* _Task objective_
Reproduce all of the data exactly as written.

* _Source records_
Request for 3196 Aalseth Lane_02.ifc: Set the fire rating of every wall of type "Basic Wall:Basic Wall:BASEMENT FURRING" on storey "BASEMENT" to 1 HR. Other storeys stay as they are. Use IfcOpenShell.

First a look at what the model holds.

```python
import ifcopenshell
import ifcopenshell.util.element

model = ifcopenshell.open("3196 Aalseth Lane_02.ifc")
print(model.schema)
storey = next(s for s in model.by_type("IfcBuildingStorey") if s.Name == "BASEMENT")
walls = [e for e in ifcopenshell.util.element.get_decomposition(storey) if e.is_a("IfcWall")]
seen = {}
for e in walls:
    element_type = ifcopenshell.util.element.get_type(e)
    key = (element_type.Name if element_type != e and element_type else None, ifcopenshell.util.element.get_pset(e, "Pset_WallCommon", "FireRating"))
    seen[key] = seen.get(key, 0) + 1
for (name, value), count in sorted(seen.items(), key=str):
    print(count, "x", name, "|", value)
```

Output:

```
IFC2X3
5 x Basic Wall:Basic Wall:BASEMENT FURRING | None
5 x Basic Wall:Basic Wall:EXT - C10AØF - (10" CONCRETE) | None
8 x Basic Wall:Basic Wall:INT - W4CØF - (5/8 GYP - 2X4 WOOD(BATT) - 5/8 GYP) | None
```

```python
import ifcopenshell
import ifcopenshell.api.pset
import ifcopenshell.util.element

model = ifcopenshell.open("3196 Aalseth Lane_02.ifc")

storey = next(s for s in model.by_type("IfcBuildingStorey") if s.Name == "BASEMENT")
walls = [e for e in ifcopenshell.util.element.get_decomposition(storey) if e.is_a("IfcWall")]

count = 0
for e in walls:
    element_type = ifcopenshell.util.element.get_type(e)
    if element_type in (None, e) or element_type.Name != "Basic Wall:Basic Wall:BASEMENT FURRING":
        continue
    # add_pset returns the element's existing set when there is one.
    pset = ifcopenshell.api.pset.add_pset(model, product=e, name="Pset_WallCommon")
    ifcopenshell.api.pset.edit_pset(model, pset=pset, properties={"FireRating": "1 HR"})
    count += 1

print(count, "walls updated")

model.write("3196 Aalseth Lane_02_v2.ifc")
```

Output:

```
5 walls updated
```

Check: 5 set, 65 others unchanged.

* _Output of the exercise_
Request for 3196 Aalseth Lane_02.ifc: Set the fire rating of every wall of type "Basic Wall:Basic Wall:BASEMENT FURRING" on storey "BASEMENT" to 1 HR. Other storeys stay as they are. Use IfcOpenShell.

First a look at what the model holds.

```python
import ifcopenshell
import ifcopenshell.util.element

model = ifcopenshell.open("3196 Aalseth Lane_02.ifc")
print(model.schema)
storey = next(s for s in model.by_type("IfcBuildingStorey") if s.Name == "BASEMENT")
walls = [e for e in ifcopenshell.util.element.get_decomposition(storey) if e.is_a("IfcWall")]
seen = {}
for e in walls:
    element_type = ifcopenshell.util.element.get_type(e)
    key = (element_type.Name if element_type != e and element_type else None, ifcopenshell.util.element.get_pset(e, "Pset_WallCommon", "FireRating"))
    seen[key] = seen.get(key, 0) + 1
for (name, value), count in sorted(seen.items(), key=str):
    print(count, "x", name, "|", value)
```

Output:

```
IFC2X3
5 x Basic Wall:Basic Wall:BASEMENT FURRING | None
5 x Basic Wall:Basic Wall:EXT - C10AØF - (10" CONCRETE) | None
8 x Basic Wall:Basic Wall:INT - W4CØF - (5/8 GYP - 2X4 WOOD(BATT) - 5/8 GYP) | None
```

```python
import ifcopenshell
import ifcopenshell.api.pset
import ifcopenshell.util.element

model = ifcopenshell.open("3196 Aalseth Lane_02.ifc")

storey = next(s for s in model.by_type("IfcBuildingStorey") if s.Name == "BASEMENT")
walls = [e for e in ifcopenshell.util.element.get_decomposition(storey) if e.is_a("IfcWall")]

count = 0
for e in walls:
    element_type = ifcopenshell.util.element.get_type(e)
    if element_type in (None, e) or element_type.Name != "Basic Wall:Basic Wall:BASEMENT FURRING":
        continue
    # add_pset returns the element's existing set when there is one.
    pset = ifcopenshell.api.pset.add_pset(model, product=e, name="Pset_WallCommon")
    ifcopenshell.api.pset.edit_pset(model, pset=pset, properties={"FireRating": "1 HR"})
    count += 1

print(count, "walls updated")

model.write("3196 Aalseth Lane_02_v2.ifc")
```

Output:

```
5 walls updated
```

Check: 5 set, 65 others unchanged.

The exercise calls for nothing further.